15 Kecamatan tersebut adalah :
  1. Kec. Bangko
  2. Kec. Sinoboi
  3. Kec. Rimba Melintang
  4. Kec. Bangko pusako
  5. Kec. Tanah Putih
  6. Kec. Tanah Putih Tanjung Melawan
  7. Kec. Kubu
  8. Kec. Bagan Sinembah
  9. Kec. Pujud
  10. Kec. Simpang Kanan
  11. Kec. Pasir Limau Kapas
  12. Kec. Batu Hampar
  13. Kec. Rantau Kopar
  14. Kec. Pekaitan, dan
  15. Kecamatan Kubu babussalam


Di Kabupaten Rokan Hilir ada suatu acara perayaan yang dilakukan oleh masyarakat etnis Tionghoa. Acara tersebut dinamakan dengan perayaan Go Cap Lac atau Ritual Bakar Tongkang.

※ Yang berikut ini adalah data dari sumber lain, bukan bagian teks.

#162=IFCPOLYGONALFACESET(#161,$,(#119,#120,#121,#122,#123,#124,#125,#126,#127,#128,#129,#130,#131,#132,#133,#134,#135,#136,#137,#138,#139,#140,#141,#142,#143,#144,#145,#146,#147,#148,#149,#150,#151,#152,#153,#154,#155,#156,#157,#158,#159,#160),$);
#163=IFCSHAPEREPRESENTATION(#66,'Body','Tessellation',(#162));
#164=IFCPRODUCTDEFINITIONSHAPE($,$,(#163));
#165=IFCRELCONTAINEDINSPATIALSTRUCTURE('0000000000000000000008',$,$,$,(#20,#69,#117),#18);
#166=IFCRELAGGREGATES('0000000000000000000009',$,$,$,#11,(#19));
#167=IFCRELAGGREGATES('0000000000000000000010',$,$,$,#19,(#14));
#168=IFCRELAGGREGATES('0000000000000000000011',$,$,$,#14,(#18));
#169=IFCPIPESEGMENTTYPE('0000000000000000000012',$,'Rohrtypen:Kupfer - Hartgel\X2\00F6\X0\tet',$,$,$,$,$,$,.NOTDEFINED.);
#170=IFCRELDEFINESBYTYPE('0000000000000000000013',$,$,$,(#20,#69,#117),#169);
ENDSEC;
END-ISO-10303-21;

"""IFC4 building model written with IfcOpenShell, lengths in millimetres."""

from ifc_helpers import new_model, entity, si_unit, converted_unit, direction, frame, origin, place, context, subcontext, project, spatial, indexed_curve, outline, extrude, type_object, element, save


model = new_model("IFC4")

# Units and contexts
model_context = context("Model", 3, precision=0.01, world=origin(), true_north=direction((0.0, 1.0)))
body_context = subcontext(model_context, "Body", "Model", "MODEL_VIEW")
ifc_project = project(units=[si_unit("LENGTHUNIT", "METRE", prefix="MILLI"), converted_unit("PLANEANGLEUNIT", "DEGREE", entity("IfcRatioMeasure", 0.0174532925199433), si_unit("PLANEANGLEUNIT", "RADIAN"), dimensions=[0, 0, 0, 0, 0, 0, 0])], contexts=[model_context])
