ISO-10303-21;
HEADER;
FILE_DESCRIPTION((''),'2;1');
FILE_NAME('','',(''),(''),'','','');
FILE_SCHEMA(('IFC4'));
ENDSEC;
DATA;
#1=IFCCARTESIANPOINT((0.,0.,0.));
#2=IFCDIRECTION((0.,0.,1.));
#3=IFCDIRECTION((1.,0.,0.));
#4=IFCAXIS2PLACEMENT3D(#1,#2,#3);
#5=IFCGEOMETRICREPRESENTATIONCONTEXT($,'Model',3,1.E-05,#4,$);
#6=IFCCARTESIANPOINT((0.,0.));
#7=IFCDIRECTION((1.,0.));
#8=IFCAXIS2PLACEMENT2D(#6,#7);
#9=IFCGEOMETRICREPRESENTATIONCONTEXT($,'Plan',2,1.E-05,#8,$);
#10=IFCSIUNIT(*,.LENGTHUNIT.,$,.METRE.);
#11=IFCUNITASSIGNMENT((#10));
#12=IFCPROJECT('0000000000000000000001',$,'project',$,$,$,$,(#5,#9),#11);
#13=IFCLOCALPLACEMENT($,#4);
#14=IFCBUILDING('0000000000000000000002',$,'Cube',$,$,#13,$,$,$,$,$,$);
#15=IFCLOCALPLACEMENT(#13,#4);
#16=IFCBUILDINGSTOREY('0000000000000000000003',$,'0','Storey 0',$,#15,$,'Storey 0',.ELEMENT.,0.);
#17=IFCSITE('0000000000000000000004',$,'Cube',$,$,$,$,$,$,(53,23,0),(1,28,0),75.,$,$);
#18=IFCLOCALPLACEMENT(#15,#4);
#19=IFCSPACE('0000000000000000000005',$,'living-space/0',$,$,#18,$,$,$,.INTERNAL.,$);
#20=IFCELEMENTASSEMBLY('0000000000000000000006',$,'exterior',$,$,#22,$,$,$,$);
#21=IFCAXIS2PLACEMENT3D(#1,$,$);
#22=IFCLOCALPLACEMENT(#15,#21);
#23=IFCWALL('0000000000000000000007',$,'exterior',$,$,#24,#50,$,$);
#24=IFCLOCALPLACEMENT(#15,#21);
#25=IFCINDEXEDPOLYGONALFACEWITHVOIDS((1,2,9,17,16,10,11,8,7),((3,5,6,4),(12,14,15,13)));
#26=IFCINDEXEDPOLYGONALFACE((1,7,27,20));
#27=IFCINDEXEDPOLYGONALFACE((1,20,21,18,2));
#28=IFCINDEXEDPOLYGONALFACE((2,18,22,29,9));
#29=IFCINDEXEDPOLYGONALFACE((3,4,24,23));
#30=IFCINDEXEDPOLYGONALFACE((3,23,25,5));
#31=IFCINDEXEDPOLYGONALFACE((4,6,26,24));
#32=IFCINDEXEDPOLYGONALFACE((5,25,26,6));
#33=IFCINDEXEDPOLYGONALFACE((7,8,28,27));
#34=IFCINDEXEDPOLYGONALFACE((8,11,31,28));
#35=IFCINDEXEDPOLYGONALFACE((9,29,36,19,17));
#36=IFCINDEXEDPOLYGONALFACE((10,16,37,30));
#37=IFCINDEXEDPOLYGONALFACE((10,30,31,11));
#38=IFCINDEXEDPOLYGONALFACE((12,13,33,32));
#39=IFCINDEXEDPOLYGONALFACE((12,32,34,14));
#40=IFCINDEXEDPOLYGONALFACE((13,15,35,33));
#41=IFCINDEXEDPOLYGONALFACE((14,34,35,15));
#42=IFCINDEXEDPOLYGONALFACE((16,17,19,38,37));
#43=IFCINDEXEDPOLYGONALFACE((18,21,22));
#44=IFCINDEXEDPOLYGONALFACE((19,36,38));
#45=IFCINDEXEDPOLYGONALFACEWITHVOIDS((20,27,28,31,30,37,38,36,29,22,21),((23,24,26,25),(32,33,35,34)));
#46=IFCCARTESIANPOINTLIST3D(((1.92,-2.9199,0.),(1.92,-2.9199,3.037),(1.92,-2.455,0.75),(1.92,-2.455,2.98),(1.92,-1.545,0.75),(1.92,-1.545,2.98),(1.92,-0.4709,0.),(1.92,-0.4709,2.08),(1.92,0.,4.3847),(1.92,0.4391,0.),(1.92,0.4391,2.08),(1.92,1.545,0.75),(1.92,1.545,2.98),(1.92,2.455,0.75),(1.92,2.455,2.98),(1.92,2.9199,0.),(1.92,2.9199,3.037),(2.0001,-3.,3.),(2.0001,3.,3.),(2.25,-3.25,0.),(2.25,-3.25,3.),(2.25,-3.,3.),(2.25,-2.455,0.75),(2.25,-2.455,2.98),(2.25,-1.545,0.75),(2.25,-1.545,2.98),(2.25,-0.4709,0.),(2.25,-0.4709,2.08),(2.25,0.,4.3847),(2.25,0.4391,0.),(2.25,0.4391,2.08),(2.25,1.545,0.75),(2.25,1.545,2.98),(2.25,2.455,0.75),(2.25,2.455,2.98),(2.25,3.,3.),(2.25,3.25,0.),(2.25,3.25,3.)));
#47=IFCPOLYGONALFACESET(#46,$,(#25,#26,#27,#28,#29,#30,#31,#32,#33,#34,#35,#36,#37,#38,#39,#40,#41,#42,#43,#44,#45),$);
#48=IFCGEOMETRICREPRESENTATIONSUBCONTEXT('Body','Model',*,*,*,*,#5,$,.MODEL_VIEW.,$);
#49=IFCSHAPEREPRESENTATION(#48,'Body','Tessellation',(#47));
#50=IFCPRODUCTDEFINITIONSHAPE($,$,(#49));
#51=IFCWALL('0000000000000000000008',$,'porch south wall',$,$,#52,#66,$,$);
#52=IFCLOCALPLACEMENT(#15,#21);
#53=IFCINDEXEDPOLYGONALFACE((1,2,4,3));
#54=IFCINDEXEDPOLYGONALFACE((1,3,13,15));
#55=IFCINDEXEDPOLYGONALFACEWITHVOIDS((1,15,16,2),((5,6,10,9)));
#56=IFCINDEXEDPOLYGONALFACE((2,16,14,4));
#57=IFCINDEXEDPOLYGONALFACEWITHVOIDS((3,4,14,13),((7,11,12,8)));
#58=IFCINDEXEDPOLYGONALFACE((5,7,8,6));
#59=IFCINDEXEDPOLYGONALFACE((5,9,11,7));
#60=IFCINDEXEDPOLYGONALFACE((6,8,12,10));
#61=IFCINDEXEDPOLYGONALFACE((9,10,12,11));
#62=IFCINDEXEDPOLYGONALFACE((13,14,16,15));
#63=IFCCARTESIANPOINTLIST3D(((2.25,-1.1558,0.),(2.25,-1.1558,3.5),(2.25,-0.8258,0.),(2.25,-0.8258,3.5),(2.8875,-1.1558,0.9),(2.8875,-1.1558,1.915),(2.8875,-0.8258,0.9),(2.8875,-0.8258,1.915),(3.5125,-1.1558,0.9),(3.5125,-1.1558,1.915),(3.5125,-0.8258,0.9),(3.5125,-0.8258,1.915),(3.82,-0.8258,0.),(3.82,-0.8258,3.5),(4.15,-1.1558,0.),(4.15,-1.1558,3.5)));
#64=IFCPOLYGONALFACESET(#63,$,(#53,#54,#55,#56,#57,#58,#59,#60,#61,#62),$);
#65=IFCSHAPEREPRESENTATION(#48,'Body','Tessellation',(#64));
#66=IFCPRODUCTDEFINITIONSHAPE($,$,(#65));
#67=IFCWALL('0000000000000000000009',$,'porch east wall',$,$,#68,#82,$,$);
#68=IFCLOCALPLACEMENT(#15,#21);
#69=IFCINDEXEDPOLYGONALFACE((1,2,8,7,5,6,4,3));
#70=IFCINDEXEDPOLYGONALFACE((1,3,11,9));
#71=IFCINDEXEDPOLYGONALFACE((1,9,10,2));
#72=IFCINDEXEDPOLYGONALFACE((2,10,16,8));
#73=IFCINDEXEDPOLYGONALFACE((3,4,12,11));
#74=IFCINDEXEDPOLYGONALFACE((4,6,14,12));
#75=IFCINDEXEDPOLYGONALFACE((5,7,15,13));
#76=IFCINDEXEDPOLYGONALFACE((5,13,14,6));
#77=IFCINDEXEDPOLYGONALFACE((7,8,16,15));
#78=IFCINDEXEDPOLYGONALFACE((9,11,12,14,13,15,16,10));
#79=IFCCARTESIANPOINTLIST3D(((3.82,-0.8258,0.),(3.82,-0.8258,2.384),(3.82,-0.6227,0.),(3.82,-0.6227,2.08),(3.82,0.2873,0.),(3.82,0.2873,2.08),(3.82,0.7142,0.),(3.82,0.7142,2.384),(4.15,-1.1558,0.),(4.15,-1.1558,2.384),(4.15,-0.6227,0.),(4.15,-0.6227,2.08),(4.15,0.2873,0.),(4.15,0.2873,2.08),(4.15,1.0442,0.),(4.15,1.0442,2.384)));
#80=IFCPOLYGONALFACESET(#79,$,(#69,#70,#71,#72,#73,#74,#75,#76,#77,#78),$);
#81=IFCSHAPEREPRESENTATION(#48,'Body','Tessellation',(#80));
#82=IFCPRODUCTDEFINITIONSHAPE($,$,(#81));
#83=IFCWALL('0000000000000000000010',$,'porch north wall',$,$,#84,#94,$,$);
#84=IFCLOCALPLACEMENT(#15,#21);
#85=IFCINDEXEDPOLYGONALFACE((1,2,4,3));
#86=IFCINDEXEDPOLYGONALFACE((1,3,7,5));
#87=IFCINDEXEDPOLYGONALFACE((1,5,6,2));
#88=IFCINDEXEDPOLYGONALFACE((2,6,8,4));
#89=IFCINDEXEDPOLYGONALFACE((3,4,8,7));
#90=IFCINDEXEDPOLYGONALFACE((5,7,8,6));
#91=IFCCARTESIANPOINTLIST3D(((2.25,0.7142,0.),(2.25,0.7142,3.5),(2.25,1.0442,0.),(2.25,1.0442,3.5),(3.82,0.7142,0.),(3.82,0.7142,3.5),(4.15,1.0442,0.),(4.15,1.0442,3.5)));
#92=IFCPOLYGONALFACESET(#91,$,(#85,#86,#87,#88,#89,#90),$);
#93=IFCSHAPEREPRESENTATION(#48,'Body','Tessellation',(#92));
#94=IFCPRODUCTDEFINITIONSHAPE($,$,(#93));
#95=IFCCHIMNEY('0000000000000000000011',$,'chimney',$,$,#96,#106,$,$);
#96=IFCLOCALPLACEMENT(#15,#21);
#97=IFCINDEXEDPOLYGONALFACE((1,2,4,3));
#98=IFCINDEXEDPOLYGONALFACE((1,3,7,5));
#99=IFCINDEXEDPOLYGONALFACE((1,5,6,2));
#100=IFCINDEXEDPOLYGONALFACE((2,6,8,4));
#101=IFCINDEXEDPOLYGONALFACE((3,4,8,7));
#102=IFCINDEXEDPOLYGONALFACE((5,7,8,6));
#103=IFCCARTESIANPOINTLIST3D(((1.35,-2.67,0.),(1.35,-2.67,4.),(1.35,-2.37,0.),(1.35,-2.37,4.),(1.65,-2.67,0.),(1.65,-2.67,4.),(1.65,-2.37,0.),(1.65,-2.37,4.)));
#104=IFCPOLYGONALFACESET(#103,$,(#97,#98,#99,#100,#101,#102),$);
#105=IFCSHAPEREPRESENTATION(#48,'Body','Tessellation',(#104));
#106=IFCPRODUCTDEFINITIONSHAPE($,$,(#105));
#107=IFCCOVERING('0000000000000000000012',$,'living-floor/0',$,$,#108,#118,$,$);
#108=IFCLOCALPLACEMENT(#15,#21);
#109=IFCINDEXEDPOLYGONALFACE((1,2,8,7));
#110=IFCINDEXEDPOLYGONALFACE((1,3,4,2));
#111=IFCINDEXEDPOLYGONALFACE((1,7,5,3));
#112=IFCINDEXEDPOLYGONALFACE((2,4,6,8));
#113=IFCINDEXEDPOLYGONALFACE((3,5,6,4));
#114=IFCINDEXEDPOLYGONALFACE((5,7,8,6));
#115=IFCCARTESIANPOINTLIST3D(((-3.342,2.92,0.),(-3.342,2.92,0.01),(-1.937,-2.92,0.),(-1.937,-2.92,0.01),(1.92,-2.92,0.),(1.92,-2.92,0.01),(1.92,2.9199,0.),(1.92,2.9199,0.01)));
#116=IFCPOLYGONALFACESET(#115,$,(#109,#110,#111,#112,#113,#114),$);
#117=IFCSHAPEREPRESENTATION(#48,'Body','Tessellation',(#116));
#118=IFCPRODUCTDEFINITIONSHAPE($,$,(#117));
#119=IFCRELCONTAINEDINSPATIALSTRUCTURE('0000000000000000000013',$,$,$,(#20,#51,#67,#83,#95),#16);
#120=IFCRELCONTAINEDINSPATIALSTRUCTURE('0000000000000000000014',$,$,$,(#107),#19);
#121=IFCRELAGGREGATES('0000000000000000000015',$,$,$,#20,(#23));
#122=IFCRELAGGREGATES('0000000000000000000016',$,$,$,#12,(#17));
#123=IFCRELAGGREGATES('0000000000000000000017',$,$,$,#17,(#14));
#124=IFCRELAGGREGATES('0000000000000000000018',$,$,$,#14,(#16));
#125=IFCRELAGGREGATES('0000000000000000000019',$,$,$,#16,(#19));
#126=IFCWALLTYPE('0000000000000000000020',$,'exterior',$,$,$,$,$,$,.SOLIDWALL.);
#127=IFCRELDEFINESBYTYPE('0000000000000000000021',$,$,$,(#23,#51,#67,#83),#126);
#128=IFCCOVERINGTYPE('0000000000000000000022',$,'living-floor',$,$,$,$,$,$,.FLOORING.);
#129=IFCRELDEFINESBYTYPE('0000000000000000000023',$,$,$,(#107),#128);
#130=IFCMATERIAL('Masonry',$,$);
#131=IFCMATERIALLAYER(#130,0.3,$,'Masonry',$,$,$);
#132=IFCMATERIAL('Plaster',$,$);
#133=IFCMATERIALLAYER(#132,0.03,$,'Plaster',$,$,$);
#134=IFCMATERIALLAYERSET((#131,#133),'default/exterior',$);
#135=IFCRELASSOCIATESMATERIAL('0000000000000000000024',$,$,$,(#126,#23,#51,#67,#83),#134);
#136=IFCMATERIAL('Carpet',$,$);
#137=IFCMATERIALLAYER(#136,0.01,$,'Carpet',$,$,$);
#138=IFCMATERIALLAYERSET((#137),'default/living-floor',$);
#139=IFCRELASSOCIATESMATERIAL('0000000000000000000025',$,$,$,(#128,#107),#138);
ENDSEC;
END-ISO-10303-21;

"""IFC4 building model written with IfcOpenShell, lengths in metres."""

from ifc_helpers import new_model, si_unit, frame, origin, origin_with_axes, origin_2d_with_axis, place, context, subcontext, project, spatial, polyline, line, indexed_curve, outline, extrude, clip, bounded_halfspace, source, transform, mapped, material, layer, layer_set, layer_usage, type_object, element, aggregate, save


model = new_model("IFC4")

# Units and contexts
model_context = context("Model", 3, precision=1e-05, world=origin_with_axes())
plan_context = context("Plan", 2, precision=1e-05, world=origin_2d_with_axis())
body_context_1 = subcontext(model_context, "Body", "Model", "MODEL_VIEW")
ifc_project = project(units=[si_unit("LENGTHUNIT", "METRE")], contexts=[model_context, plan_context])

# Site, building, storey
site = spatial("IfcSite", under=ifc_project, Name="Cube", RefLatitude=(53, 23, 0), RefLongitude=(1, 28, 0), RefElevation=75.0)
building_placement = place(None, origin_with_axes())
building = spatial("IfcBuilding", under=site, at=building_placement, Name="Cube")
storey_placement = place(building_placement, origin_with_axes())
storey = spatial("IfcBuildingStorey", under=building, at=storey_placement, Name="0", Description="Storey 0", LongName="Storey 0", CompositionType="ELEMENT", Elevation=0.0)

# Element assembly, wall, openings
ifc_material_1 = material(Name="Masonry")
ifc_layer_1 = layer(ifc_material_1, 0.3, Name="Masonry")
ifc_material_2 = material(Name="Plaster")
ifc_layer_2 = layer(ifc_material_2, 0.03, Name="Plaster")
ifc_layer_set_1 = layer_set([ifc_layer_1, ifc_layer_2], Name="default/exterior")
wall_type = type_object("IfcWallType", Name="exterior", PredefinedType="SOLIDWALL", material=ifc_layer_set_1)
assembly_1_placement = place(storey_placement, frame((2.0, -3.0, 0.0), z_axis=(0.0, 0.0, 1.0), x_axis=(0.0, 1.0, 0.0)))
assembly_1 = element("IfcElementAssembly", 1, at=assembly_1_placement, inside=storey, Name="exterior")
ifc_layer_usage_1 = layer_usage(ifc_layer_set_1, "AXIS2", "POSITIVE", -0.25)
wall_1_placement = place(assembly_1_placement, origin_with_axes())
wall_1 = element("IfcWall", 2, at=wall_1_placement, type_object=wall_type, material=ifc_layer_usage_1, Name="exterior", context=body_context_1, shape_type="Clipping", body=[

Ritual Bakar Tongkang merupakan kisah pelayaran masyarakat keturunan Tionghoa yg melarikan diri dari penguasa Syiam pada abad ke-19 yang dipimpin oleh Ang Mie Kui. Mereka membawa patung Dewa Kie Ong Ya dan lima patung dewa lainnya, di mana panglimanya disebut Tai Sun Ong Ya. Patung-patung dewa ini mereka bawa dari Tiongkok, Fujian, China.

Menurut keyakinan mereka bahwa dewa tersebut akan memberikan keselamatan dlm pelayaran, hingga akhirnya mereka sampai di Bagansiapiapi dan menetap sampai sekarang.

Untuk mensyukuri keselamatan dan keberhasilan yang mereka peroleh dari hasil laut sebagai mata pencaharian utama, maka mereka melakukan perayaan Go Cap Lac dgn membakar Tongkang yg dibuat dari kertas yang dilakukan setiap tahun.

Go Cap Lac berarti Bulan ke 5 tanggal 16 tahun Imlek. Karena pada tanggal tsb merupakan hari pertama mereka menginjakkan kakinya di Tanah Bagansiapiapi.

Beberapa sumber lain menyebutkan bahwa Ritual Bakar Tongkang adalah ritual pemujaan untuk memperingati hari ulang tahun Dewa Kie Ong Ya (Dewa Laut).

Ritual Bakar Tongkang adalah wisata budaya unggulan Provinsi Riau dari Kabupaten Rokan Hilir (Rohil) yang telah menjadi wisata nasional bahkan internasional.

Pada zaman Soeharto upacara seperti ini sempat dilarang, tetapi kemudian diaktifkan kembali di era Gus Dur sampai sekarang ini.